GAD has been shown to respond to treatment with benzodiazepines, and there are is some data available that examines the function of this system in patients with this anxiety disorder. Patients with GAD have been found to have abnormally low levels of peripheral lymphocyte benzodiazepine receptors, which normalize after treatment with benzodiazepines. This suggests that GAD might be associated with an abnormal down regulation of benzodiazepine receptors, although the expected decrease in response to benzodiaepines has not been found (Johnson et. al., 1995).

The neurotransmitters of interest are those tied to currently available pharmacologic treatments - benzodiazepines, serotonin-1A agonists such as buspirone, and antidepressant medications affecting norepinephrine and serotonin. The response to pharmacologic treatments and their time course in relieving symptoms through a reverse engineering approach indicate the relevance of these neurotransmitters in anxiety (Cowely, 1991).

The recognition of the anxiolytic potency of barbiturates and subsequently benzodiazepines has led to the benzodiazepine receptor mediated model of anxiety. The benzodiazepines act mainly through the GABA-A receptor subtype by potentiating GABA transmission. GABA is a ubiquitous neurotransmitter, involved in the majority of inhibitory synapses in the brain. Thus, GABA suppresses neural firing, inhibiting or regulating other neurotransmitters including serotonin, norepinephrine, and dopamine. It accomplishes this by decreasing their turnover in limbic areas - the amygdala as well as the locus ceruleus and raphe nuclei (Cowely, 1991). The following is an example of how neurotransmitter control may have an anxiolytic effect:

Benzodiazepines provide powerful and rapid relief from the symptoms of anxiety. High-potency benzodiazepines, in particular, have also demonstrated syndromal benefits in GAD, panic disorder, and social phobia. Most studies have limited their use to durations from several weeks to a few months. However, benzodiazepines are not effective in major depression, which is a relevant issue given the high comorbidity of major depression in all the anxiety disorders. There is some suggestion that benzodiazepines may even potentiate or aggravate depression. The usefulness of the benzodiazepines has been limited by their potential for tolerance, dependence, and psychomotor and cognitive impairment. Patients who are treated for periods longer than two weeks or so may experience a withdrawal syndrome if therapy is discontinued abruptly. This syndrome is characterized by anxiety, dysphoria, depersonalization, hyperacusis, and unsteadiness. The risk of physical dependence increases with higher doses and longer durations of treatment (Ninan, 1999).

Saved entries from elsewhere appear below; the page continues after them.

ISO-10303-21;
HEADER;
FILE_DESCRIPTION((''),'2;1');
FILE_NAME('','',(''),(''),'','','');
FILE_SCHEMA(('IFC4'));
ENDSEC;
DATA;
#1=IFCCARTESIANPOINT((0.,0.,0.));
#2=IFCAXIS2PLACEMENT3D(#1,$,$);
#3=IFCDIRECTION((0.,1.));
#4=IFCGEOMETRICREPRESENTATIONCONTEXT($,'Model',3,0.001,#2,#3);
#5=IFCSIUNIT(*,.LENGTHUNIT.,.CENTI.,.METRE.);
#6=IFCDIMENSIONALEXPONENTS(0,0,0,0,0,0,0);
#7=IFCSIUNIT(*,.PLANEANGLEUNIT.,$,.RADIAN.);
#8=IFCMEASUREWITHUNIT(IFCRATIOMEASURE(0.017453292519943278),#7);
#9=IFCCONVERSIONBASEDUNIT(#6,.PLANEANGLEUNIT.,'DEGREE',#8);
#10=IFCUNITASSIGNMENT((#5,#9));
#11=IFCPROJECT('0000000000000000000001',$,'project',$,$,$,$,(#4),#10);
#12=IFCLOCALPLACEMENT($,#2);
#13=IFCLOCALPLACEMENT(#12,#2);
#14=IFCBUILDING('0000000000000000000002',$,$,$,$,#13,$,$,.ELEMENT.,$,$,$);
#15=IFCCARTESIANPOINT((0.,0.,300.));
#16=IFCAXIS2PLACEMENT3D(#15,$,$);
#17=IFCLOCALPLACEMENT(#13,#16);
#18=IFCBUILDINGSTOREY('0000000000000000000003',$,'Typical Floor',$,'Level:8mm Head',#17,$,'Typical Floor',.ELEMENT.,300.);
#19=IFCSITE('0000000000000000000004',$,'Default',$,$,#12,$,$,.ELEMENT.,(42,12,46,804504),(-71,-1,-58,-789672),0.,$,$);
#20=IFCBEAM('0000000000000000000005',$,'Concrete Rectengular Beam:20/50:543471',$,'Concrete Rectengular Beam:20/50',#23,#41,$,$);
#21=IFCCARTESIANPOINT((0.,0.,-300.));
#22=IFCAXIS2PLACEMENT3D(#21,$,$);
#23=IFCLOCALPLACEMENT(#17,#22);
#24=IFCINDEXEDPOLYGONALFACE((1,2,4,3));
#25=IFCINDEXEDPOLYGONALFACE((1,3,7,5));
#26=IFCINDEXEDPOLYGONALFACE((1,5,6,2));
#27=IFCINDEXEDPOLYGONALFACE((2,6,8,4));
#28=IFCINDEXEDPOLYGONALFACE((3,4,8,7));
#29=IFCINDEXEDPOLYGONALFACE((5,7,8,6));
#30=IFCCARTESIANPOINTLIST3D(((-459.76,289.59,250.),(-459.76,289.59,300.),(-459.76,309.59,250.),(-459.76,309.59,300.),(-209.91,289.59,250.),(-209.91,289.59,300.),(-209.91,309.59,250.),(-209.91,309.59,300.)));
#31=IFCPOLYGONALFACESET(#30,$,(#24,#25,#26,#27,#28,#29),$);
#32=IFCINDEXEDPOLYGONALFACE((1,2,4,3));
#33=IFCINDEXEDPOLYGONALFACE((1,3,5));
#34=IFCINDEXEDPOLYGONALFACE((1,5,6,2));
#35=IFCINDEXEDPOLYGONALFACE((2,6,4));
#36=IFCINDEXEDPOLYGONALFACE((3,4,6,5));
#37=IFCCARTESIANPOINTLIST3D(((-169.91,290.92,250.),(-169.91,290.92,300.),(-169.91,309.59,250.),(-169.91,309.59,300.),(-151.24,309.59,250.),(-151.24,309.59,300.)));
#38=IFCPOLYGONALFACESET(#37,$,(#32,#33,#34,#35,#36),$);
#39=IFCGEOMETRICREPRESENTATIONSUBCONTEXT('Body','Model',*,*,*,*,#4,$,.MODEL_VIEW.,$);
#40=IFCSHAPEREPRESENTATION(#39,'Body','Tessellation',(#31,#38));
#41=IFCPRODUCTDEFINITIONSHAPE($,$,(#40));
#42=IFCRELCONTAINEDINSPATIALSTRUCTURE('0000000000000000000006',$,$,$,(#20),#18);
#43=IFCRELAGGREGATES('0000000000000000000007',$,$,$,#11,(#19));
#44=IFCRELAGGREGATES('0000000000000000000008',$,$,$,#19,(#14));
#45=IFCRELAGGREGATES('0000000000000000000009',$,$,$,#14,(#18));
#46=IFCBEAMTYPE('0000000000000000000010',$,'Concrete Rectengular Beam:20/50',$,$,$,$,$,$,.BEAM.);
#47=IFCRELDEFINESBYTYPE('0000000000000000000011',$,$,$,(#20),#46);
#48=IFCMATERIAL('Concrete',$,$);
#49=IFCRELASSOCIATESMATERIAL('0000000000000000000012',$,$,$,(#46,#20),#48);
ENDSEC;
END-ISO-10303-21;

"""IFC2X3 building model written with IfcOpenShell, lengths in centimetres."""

from ifc_helpers import new_model, entity, si_unit, converted_unit, direction, frame, frame_2d, origin, place, context, subcontext, project, spatial, rectangle, extrude, clip, halfspace, source, transform, mapped, material, type_object, type_shapes, element, save


model = new_model("IFC2X3")

# Units and contexts
model_context = context("Model", 3, precision=0.001, world=origin(), true_north=direction((0.0, 1.0)))
body_context = subcontext(model_context, "Body", "Model", "MODEL_VIEW")
ifc_project = project(units=[si_unit("LENGTHUNIT", "METRE", prefix="CENTI"), converted_unit("PLANEANGLEUNIT", "DEGREE", entity("IfcRatioMeasure", 0.017453292519943278), si_unit("PLANEANGLEUNIT", "RADIAN"), dimensions=[0, 0, 0, 0, 0, 0, 0])], contexts=[model_context])

# Site, building, storey
site_placement = place(None, origin())
site = spatial("IfcSite", under=ifc_project, at=site_placement, Name="Default", CompositionType="ELEMENT", RefLatitude=(42, 12, 46, 804504), RefLongitude=(-71, -1, -58, -789672), RefElevation=0.0)
building_placement = place(site_placement, origin())
building = spatial("IfcBuilding", under=site, at=building_placement, CompositionType="ELEMENT")
storey_placement = place(building_placement, frame((0.0, 0.0, 300.0)))
storey = spatial("IfcBuildingStorey", under=building, at=storey_placement, Name="Typical Floor", ObjectType="Level:8mm Head", LongName="Typical Floor", CompositionType="ELEMENT", Elevation=300.0)

# Beam
ifc_material = material(Name="Concrete")
beam_type_1 = type_object("IfcBeamType", Name="Concrete Rectengular Beam:20/50", PredefinedType="BEAM", material=ifc_material)
shared_shape_1 = source(origin(), body_context, "Body", "SweptSolid", [
    extrude(rectangle(XDim=50.0, YDim=20.0, at=frame_2d((0.0, 0.0), x_axis=(1.0, 0.0))), frame((-459.76, 299.59, 275.0), z_axis=(1.0, 0.0, 0.0), x_axis=(0.0, 0.0, -1.0)), (0.0, 0.0, 1.0), 249.85),
    clip(extrude(rectangle(XDim=50.0, YDim=18.68, at=frame_2d((0.0, 0.0), x_axis=(0.0, 1.0))), frame((-169.91, 300.25, 275.0), z_axis=(1.0, 0.0, 0.0), x_axis=(0.0, 1.0, 0.0)), (0.0, 0.0, 1.0), 18.68), halfspace(frame((-194.16, 266.67, 250.0), z_axis=(0.707107, -0.707107, 0.0), x_axis=(0.707107, 0.707107, 0.0)), False)),
])
type_shapes(beam_type_1, [shared_shape_1])
beam_1_placement = place(storey_placement, frame((0.0, 0.0, -300.0)))
element("IfcBeam", 1, at=beam_1_placement, inside=storey, type_object=beam_type_1, material=ifc_material, Name="Concrete Rectengular Beam:20/50:543471", ObjectType="Concrete Rectengular Beam:20/50", context=body_context, shape_type="MappedRepresentation", body=[
    mapped(shared_shape_1, transform((0.0, 0.0, 0.0), scale=1.0)),
])

save(model, "model.ifc")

Cognitive impairment associated with benzodiazepine therapy may be problamatic in older patients, and it may be magnified when these agents are used in combination with other sedatives, such as alcohol. Buspirone is a partial agonist of the serotonin receptor and the only one in its class available in the United States. It has demonstrated efficacy in GAD, but not in other anxiety disorders, nor does it have a powerful antidepressant effect profile.